++++ SUPPLIED DATA
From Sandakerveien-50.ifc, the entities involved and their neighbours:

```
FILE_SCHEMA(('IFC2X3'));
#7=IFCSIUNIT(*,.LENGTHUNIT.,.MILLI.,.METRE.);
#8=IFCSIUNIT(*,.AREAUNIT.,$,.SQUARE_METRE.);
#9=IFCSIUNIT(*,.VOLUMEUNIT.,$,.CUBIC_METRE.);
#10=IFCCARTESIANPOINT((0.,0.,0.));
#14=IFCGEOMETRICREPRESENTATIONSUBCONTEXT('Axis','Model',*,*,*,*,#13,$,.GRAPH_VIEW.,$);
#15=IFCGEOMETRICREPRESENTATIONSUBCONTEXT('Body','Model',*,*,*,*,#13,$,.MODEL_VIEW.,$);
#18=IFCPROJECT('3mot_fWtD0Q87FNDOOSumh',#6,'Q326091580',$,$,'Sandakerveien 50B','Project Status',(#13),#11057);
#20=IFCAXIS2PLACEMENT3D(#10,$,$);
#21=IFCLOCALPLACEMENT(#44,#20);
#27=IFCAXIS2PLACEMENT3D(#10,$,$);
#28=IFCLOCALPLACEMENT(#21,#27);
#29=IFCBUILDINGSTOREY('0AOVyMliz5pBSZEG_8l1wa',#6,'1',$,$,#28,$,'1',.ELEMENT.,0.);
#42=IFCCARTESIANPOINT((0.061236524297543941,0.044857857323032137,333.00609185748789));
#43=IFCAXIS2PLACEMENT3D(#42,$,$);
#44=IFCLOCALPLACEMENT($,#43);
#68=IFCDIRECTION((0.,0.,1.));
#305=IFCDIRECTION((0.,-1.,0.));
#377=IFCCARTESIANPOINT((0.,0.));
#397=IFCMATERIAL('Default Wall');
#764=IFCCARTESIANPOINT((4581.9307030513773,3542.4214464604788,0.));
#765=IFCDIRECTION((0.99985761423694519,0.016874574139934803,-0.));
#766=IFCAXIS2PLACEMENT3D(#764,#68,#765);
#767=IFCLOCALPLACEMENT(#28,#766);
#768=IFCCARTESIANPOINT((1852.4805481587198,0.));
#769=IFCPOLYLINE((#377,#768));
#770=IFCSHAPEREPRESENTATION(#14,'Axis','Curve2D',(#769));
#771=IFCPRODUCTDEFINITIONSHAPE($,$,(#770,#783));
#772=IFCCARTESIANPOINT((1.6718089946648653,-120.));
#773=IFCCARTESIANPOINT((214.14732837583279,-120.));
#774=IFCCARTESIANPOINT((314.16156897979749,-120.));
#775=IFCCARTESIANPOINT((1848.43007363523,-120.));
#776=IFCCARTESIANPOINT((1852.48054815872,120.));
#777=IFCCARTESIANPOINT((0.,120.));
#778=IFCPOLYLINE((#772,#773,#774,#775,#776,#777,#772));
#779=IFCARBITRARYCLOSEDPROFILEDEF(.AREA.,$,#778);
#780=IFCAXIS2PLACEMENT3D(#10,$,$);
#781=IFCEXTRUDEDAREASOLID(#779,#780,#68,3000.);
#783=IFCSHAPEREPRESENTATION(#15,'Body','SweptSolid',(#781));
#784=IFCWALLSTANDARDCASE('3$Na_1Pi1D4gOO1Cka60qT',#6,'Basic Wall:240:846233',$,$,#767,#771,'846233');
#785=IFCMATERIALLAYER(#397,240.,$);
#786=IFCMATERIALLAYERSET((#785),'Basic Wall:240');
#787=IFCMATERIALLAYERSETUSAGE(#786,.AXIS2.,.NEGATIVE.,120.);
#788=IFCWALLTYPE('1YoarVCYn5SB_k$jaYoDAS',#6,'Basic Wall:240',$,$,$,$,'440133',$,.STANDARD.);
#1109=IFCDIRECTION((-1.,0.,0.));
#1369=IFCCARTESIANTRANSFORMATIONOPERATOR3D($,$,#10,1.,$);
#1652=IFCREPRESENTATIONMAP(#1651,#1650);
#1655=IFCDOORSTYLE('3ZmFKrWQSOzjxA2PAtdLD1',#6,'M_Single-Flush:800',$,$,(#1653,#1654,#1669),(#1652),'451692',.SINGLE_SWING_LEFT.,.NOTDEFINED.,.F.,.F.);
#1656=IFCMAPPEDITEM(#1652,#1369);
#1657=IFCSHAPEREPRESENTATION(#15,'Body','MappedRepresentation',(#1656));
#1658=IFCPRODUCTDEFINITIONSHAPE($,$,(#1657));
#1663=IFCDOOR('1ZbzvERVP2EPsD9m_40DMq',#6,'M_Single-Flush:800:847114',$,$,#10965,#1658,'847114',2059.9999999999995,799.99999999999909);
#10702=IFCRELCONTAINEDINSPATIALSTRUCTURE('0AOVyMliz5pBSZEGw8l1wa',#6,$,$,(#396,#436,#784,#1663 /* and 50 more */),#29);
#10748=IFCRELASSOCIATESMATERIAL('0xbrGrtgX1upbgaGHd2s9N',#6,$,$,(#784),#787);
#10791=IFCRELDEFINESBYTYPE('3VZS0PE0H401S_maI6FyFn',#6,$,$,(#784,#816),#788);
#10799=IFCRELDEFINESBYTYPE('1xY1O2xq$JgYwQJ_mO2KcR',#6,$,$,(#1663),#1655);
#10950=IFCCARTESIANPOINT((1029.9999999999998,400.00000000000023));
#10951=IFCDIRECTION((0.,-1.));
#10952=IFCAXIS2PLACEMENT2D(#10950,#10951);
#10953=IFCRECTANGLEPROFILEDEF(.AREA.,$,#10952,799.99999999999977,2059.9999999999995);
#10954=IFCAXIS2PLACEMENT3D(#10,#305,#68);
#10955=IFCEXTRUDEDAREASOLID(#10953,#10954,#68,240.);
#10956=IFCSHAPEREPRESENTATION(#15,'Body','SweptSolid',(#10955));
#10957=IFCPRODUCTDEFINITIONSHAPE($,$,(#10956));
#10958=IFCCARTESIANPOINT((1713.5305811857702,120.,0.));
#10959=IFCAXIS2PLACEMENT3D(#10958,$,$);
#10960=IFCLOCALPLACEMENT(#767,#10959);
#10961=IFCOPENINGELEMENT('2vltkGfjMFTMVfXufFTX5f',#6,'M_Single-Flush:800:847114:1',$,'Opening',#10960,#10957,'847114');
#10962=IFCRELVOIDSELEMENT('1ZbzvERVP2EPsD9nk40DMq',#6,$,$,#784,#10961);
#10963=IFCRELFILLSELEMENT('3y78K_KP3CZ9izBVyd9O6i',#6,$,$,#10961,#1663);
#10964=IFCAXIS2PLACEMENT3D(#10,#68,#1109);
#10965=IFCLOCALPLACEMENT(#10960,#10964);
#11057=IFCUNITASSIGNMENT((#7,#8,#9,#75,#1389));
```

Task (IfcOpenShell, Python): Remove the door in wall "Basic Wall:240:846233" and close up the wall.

```python
import ifcopenshell
import ifcopenshell.api.feature
import ifcopenshell.api.root
import ifcopenshell.geom
import ifcopenshell.util.shape

model = ifcopenshell.open("Sandakerveien-50.ifc")
settings = ifcopenshell.geom.settings()


def volume(element):
    """Net volume in cubic metres, openings subtracted."""
    shape = ifcopenshell.geom.create_shape(settings, element)
    return ifcopenshell.util.shape.get_volume(shape.geometry)


door = model.by_id(1663)
opening = door.FillsVoids[0].RelatingOpeningElement
wall = opening.VoidsElements[0].RelatingBuildingElement
before = volume(wall)

ifcopenshell.api.root.remove_product(model, product=door)
ifcopenshell.api.feature.remove_feature(model, feature=opening)

after = volume(wall)

print(f"wall volume {before:.3f} -> {after:.3f} m3")

model.write("Sandakerveien-50_updated.ifc")
```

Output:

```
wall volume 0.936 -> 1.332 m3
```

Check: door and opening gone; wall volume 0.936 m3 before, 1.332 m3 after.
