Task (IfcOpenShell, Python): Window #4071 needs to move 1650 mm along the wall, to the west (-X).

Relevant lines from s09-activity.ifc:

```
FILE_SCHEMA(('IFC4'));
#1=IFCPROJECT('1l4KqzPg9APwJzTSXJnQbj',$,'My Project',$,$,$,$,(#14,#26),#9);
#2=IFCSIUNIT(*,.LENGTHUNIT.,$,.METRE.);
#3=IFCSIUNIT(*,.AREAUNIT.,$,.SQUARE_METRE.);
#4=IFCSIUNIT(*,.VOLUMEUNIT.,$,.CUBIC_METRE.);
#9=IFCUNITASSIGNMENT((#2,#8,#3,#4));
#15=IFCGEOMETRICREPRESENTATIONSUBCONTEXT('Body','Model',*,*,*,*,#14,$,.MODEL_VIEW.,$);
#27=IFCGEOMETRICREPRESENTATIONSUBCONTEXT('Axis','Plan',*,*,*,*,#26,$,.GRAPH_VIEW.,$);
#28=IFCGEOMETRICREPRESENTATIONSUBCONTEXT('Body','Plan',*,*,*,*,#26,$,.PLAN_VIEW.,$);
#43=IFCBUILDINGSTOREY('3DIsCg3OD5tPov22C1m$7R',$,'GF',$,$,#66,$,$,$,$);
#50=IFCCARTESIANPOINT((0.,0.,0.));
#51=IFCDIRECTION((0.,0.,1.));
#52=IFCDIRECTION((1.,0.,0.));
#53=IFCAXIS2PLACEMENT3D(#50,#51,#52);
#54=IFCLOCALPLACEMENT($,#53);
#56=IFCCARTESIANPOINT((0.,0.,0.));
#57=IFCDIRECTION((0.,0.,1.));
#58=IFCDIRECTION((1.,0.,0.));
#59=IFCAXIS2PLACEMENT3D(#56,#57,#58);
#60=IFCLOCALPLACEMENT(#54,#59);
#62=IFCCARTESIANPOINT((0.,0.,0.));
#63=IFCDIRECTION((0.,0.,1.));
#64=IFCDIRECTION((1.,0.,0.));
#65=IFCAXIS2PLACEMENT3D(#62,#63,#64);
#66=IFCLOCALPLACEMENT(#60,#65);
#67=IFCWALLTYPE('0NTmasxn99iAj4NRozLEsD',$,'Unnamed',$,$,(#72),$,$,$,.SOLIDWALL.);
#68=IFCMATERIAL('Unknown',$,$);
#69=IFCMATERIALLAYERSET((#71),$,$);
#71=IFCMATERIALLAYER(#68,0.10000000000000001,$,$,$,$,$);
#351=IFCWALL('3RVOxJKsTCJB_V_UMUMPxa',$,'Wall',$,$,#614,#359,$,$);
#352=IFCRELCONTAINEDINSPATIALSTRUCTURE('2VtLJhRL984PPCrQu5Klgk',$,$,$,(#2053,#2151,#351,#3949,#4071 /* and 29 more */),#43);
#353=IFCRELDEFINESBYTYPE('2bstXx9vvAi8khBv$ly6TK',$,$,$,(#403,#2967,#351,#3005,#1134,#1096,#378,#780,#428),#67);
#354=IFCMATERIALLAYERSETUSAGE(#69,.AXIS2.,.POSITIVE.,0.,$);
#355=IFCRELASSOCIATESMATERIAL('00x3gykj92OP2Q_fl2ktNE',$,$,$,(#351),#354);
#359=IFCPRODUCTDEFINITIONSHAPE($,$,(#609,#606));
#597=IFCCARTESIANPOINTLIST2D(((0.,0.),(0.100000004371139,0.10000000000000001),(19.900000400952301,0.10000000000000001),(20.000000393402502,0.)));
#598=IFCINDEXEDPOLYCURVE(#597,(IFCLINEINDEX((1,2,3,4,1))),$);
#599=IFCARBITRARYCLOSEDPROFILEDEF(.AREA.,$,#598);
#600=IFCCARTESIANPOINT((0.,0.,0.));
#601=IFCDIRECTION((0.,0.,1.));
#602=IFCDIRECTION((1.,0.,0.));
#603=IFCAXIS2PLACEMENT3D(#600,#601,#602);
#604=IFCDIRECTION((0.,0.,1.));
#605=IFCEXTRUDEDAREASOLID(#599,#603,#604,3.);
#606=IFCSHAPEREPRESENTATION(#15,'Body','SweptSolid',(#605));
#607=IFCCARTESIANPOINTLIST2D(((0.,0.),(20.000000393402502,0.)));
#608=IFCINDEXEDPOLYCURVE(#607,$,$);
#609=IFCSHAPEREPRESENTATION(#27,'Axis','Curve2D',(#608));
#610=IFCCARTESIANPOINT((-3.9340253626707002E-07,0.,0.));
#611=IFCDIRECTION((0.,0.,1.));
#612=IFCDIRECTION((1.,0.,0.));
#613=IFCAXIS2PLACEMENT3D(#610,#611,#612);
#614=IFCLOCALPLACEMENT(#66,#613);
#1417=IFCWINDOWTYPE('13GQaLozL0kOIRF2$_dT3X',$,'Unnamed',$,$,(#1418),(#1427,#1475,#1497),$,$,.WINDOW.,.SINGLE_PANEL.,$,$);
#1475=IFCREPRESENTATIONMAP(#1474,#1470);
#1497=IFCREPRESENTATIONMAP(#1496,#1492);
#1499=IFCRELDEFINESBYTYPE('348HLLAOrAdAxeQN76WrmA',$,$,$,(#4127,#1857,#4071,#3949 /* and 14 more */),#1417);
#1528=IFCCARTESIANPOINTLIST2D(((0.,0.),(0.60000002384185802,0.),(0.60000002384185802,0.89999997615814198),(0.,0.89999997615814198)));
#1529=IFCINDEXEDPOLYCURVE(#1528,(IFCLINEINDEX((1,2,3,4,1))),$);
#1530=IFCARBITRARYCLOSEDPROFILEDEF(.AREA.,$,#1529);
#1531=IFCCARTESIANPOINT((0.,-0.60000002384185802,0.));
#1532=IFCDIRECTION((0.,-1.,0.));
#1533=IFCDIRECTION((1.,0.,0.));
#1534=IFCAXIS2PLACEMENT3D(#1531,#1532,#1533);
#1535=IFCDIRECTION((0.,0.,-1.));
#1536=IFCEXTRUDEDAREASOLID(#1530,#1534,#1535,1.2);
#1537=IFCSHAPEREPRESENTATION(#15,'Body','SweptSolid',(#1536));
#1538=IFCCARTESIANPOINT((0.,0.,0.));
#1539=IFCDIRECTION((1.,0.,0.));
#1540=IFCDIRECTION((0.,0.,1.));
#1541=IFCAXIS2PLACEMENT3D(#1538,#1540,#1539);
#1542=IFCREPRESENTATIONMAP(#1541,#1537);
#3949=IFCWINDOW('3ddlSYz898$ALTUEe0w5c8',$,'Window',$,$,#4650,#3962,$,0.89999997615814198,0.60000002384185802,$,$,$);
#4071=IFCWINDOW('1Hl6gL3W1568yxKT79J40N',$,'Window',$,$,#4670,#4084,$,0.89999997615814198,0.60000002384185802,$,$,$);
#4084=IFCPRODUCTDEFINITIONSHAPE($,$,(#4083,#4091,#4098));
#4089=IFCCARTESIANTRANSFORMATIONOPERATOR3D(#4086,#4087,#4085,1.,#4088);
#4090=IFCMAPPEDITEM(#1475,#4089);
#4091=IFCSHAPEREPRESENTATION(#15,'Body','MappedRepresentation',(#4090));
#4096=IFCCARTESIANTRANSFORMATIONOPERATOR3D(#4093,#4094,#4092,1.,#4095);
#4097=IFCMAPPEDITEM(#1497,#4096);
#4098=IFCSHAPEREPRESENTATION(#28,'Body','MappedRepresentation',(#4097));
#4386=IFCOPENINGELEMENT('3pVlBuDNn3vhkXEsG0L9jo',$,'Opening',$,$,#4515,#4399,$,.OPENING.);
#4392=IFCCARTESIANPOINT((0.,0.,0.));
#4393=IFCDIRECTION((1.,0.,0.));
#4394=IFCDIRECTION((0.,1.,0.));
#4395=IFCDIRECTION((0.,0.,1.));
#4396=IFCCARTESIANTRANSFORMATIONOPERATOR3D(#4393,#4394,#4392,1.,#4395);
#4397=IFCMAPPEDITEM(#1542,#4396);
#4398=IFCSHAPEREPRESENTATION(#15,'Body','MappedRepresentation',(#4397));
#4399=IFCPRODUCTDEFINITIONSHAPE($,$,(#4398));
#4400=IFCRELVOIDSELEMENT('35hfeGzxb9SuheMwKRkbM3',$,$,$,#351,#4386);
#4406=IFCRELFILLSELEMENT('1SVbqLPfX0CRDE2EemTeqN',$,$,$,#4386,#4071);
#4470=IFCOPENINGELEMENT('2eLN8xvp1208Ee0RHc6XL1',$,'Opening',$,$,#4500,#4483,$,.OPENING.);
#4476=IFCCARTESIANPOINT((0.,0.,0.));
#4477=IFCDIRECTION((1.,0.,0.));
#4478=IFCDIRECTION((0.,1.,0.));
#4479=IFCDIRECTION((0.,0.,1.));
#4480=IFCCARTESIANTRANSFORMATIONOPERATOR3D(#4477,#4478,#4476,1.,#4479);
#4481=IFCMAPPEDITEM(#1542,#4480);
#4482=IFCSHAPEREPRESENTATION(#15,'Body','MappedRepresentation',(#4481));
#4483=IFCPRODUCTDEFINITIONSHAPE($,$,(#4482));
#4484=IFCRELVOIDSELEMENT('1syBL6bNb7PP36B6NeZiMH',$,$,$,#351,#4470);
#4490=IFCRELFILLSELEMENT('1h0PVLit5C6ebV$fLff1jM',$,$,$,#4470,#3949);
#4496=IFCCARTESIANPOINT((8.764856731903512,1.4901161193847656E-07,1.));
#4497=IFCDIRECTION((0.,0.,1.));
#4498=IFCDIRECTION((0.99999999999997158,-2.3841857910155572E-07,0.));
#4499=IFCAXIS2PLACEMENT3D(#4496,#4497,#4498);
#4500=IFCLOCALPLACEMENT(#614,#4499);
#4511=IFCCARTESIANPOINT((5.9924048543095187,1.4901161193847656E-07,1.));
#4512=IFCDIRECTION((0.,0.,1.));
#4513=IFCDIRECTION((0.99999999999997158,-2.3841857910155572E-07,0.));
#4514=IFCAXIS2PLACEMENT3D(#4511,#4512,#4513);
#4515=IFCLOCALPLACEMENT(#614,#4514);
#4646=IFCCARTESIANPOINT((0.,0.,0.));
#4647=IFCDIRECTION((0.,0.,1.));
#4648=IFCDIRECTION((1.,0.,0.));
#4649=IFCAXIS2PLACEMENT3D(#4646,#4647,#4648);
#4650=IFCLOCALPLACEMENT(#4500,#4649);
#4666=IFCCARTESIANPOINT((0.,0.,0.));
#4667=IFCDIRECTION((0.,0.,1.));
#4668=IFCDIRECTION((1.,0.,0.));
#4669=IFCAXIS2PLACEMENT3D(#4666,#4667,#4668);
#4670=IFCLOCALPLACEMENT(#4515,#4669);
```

```python
import ifcopenshell
import ifcopenshell.api.geometry
import ifcopenshell.util.placement

model = ifcopenshell.open("s09-activity.ifc")

window = model.by_guid("1Hl6gL3W1568yxKT79J40N")
opening = window.FillsVoids[0].RelatingOpeningElement
wall = opening.VoidsElements[0].RelatingBuildingElement

wall_matrix = ifcopenshell.util.placement.get_local_placement(wall.ObjectPlacement)
shift = wall_matrix[:3, 0] * -1.65
before = ifcopenshell.util.placement.get_local_placement(window.ObjectPlacement)[:3, 3].copy()

# The window is placed relative to its opening, so it follows when the opening moves.
matrix = ifcopenshell.util.placement.get_local_placement(opening.ObjectPlacement)
matrix[:3, 3] += shift
ifcopenshell.api.geometry.edit_object_placement(
    model, product=opening, matrix=matrix, is_si=False, should_transform_children=True
)

after = ifcopenshell.util.placement.get_local_placement(window.ObjectPlacement)[:3, 3]
print("window moved by", (after - before).round(3) + 0.0)

model.write("s09-activity_updated.ifc")
```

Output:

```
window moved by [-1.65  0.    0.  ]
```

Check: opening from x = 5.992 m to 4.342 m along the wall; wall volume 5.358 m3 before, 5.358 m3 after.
++++++++
### WHAT YOU ARE ASKED TO DO
Line by line, check the data above for the word "IFCBUILDINGSTOREY" and state how many lines contain it. Give only the number.

### WRITTEN ANSWER
2